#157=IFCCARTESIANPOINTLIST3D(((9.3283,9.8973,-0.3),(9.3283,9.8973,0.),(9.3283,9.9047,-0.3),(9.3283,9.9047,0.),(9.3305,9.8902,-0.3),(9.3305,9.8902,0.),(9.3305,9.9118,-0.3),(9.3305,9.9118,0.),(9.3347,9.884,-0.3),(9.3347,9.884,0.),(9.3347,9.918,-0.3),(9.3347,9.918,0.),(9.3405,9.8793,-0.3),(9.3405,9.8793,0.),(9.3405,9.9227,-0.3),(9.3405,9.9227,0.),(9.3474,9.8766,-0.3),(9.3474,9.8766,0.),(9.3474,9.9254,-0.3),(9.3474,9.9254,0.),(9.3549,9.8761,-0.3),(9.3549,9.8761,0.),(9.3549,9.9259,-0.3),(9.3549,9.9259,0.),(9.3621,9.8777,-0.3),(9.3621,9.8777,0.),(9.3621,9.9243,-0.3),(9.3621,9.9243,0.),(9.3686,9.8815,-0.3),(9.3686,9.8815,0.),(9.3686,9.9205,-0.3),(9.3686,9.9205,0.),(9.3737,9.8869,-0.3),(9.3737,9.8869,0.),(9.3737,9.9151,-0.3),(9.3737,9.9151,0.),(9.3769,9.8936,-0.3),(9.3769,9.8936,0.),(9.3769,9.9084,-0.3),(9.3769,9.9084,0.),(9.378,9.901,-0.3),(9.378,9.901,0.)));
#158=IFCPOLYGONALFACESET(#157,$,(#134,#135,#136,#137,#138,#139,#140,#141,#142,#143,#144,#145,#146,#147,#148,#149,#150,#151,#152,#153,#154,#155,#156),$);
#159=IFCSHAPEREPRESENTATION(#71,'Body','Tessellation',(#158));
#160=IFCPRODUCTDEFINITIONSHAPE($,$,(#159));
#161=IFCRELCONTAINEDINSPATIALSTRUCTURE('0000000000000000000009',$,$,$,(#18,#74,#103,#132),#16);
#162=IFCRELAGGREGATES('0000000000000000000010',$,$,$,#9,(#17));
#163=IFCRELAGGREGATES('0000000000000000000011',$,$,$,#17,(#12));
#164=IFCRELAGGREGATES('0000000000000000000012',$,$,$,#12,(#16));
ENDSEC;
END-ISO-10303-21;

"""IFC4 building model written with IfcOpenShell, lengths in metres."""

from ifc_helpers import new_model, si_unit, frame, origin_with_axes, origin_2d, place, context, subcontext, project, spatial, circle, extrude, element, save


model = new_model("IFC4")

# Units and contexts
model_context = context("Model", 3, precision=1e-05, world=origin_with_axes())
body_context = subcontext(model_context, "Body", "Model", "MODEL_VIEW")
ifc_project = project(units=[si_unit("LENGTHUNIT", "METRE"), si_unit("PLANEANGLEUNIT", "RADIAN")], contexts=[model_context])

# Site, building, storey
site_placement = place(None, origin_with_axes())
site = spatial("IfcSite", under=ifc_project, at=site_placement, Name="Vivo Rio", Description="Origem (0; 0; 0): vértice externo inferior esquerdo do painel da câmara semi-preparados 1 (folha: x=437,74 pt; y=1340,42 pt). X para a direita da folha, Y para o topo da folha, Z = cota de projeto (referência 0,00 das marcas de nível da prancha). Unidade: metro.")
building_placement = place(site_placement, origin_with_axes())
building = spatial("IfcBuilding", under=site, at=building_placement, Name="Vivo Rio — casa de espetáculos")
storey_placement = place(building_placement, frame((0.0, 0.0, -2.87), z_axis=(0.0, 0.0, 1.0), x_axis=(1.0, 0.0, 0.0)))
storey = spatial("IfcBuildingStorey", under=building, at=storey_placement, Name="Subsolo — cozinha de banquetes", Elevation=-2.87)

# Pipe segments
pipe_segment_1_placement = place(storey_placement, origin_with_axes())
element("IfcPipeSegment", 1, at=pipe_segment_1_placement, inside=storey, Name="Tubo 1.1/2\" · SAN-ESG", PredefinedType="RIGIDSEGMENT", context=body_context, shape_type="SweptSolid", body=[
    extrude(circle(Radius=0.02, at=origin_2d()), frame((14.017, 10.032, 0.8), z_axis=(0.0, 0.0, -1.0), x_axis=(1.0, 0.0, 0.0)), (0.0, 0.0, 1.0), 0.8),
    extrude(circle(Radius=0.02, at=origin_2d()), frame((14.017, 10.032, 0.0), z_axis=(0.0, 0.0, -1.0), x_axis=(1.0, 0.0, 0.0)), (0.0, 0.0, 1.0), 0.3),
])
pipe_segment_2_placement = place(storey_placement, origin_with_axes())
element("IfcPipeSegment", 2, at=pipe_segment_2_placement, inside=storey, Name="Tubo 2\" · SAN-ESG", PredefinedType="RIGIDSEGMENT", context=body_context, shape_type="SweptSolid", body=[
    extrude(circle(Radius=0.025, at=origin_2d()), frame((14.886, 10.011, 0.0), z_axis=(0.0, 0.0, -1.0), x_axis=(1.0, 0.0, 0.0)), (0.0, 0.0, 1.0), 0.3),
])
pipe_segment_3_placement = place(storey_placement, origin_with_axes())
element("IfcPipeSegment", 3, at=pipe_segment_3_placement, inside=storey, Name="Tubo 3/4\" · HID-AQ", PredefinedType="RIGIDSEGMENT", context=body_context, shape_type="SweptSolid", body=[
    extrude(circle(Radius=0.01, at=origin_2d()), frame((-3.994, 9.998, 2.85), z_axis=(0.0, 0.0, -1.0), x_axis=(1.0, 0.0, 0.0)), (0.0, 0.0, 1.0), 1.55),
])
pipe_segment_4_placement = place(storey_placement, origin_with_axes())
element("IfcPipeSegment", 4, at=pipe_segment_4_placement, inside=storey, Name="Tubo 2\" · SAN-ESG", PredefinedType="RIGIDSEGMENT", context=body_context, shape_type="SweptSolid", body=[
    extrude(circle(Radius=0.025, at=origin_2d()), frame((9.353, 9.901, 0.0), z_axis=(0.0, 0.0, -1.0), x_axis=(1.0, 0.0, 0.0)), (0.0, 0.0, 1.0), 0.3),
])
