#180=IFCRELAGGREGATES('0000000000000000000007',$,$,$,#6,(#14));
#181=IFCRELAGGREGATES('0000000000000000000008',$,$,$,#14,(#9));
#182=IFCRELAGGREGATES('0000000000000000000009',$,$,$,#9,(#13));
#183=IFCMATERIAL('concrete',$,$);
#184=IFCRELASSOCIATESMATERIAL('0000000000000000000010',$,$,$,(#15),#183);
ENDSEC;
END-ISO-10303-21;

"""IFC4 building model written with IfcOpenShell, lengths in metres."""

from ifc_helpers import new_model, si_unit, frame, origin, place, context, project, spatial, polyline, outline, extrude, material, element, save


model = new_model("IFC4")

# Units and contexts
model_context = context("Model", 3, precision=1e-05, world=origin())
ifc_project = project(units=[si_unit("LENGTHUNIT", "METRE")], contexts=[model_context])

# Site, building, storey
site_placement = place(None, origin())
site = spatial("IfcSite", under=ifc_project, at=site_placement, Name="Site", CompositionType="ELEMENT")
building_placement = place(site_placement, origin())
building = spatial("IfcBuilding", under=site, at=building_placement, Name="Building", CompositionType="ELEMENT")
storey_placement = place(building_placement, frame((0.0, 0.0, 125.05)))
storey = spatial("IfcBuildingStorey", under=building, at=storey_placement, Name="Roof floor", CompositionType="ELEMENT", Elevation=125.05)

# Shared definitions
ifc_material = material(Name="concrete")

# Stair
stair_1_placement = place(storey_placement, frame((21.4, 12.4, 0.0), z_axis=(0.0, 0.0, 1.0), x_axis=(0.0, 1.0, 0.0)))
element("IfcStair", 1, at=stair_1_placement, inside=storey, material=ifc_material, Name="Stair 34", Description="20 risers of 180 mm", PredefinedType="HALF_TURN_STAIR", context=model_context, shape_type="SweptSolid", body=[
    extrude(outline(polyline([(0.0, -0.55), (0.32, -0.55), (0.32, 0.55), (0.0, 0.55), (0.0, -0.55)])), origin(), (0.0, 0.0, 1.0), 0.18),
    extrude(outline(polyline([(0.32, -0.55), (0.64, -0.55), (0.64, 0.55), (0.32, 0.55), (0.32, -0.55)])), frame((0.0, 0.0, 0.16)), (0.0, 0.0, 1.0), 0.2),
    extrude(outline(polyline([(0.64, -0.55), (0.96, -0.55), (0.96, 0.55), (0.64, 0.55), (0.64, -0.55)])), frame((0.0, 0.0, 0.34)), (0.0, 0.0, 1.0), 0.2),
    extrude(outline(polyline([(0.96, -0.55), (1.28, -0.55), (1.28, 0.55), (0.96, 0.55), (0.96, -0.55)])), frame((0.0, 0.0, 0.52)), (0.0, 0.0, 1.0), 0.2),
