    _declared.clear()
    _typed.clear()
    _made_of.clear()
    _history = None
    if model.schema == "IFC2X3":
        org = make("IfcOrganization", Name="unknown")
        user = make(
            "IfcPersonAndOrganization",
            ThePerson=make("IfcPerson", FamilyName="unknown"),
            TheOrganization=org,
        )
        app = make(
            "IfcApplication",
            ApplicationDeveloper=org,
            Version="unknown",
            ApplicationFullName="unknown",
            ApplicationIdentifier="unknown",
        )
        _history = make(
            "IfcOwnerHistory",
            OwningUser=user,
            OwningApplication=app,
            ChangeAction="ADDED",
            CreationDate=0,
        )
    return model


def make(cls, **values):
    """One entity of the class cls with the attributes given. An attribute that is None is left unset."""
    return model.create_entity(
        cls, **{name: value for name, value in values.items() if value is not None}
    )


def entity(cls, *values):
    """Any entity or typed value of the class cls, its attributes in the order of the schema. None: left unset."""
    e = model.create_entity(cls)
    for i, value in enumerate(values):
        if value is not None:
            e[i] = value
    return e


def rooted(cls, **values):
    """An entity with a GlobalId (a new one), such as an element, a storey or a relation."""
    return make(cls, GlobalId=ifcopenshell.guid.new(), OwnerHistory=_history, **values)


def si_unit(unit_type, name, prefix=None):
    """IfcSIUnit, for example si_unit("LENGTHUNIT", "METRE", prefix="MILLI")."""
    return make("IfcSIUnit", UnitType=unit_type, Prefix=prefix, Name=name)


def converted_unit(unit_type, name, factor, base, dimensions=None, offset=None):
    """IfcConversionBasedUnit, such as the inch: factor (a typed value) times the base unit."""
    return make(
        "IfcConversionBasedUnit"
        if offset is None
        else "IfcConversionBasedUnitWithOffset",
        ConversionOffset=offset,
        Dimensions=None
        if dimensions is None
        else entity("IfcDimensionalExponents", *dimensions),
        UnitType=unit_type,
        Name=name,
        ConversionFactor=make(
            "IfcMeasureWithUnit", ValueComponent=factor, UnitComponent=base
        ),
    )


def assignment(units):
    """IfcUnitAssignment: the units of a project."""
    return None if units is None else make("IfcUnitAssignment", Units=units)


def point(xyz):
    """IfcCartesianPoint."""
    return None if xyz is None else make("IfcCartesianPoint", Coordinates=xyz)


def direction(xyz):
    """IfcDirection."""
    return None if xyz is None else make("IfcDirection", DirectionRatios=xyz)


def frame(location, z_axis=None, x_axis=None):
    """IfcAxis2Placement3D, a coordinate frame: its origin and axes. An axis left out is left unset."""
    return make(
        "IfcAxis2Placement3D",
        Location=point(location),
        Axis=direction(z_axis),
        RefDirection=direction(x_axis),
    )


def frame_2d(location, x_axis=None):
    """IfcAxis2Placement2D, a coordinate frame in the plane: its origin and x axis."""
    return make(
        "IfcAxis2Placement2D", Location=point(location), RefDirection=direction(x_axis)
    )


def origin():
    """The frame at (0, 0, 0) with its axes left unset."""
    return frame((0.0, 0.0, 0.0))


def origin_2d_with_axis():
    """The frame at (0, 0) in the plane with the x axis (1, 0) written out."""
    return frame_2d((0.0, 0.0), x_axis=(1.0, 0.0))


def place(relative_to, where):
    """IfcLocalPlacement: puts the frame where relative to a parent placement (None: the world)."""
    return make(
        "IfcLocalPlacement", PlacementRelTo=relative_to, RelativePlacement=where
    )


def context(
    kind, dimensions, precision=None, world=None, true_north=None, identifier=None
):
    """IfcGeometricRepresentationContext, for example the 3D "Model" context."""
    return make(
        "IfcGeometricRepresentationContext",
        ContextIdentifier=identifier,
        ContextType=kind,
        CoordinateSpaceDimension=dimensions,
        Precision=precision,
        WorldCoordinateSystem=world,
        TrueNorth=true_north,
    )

_ _ _

REQUIRED ACTION ▸
I would like you to report every line in the listing above that contains "RIGIDSEGMENT".

SOLUTION TO THIS PROBLEM ▸
element("IfcPipeSegment", 1, at=pipe_segment_1_placement, inside=storey, Name="Tubo 1.1/2\" · SAN-ESG", PredefinedType="RIGIDSEGMENT", context=body_context, shape_type="SweptSolid", body=[
element("IfcPipeSegment", 2, at=pipe_segment_2_placement, inside=storey, Name="Tubo 2\" · SAN-ESG", PredefinedType="RIGIDSEGMENT", context=body_context, shape_type="SweptSolid", body=[
element("IfcPipeSegment", 3, at=pipe_segment_3_placement, inside=storey, Name="Tubo 3/4\" · HID-AQ", PredefinedType="RIGIDSEGMENT", context=body_context, shape_type="SweptSolid", body=[
element("IfcPipeSegment", 4, at=pipe_segment_4_placement, inside=storey, Name="Tubo 2\" · SAN-ESG", PredefinedType="RIGIDSEGMENT", context=body_context, shape_type="SweptSolid", body=[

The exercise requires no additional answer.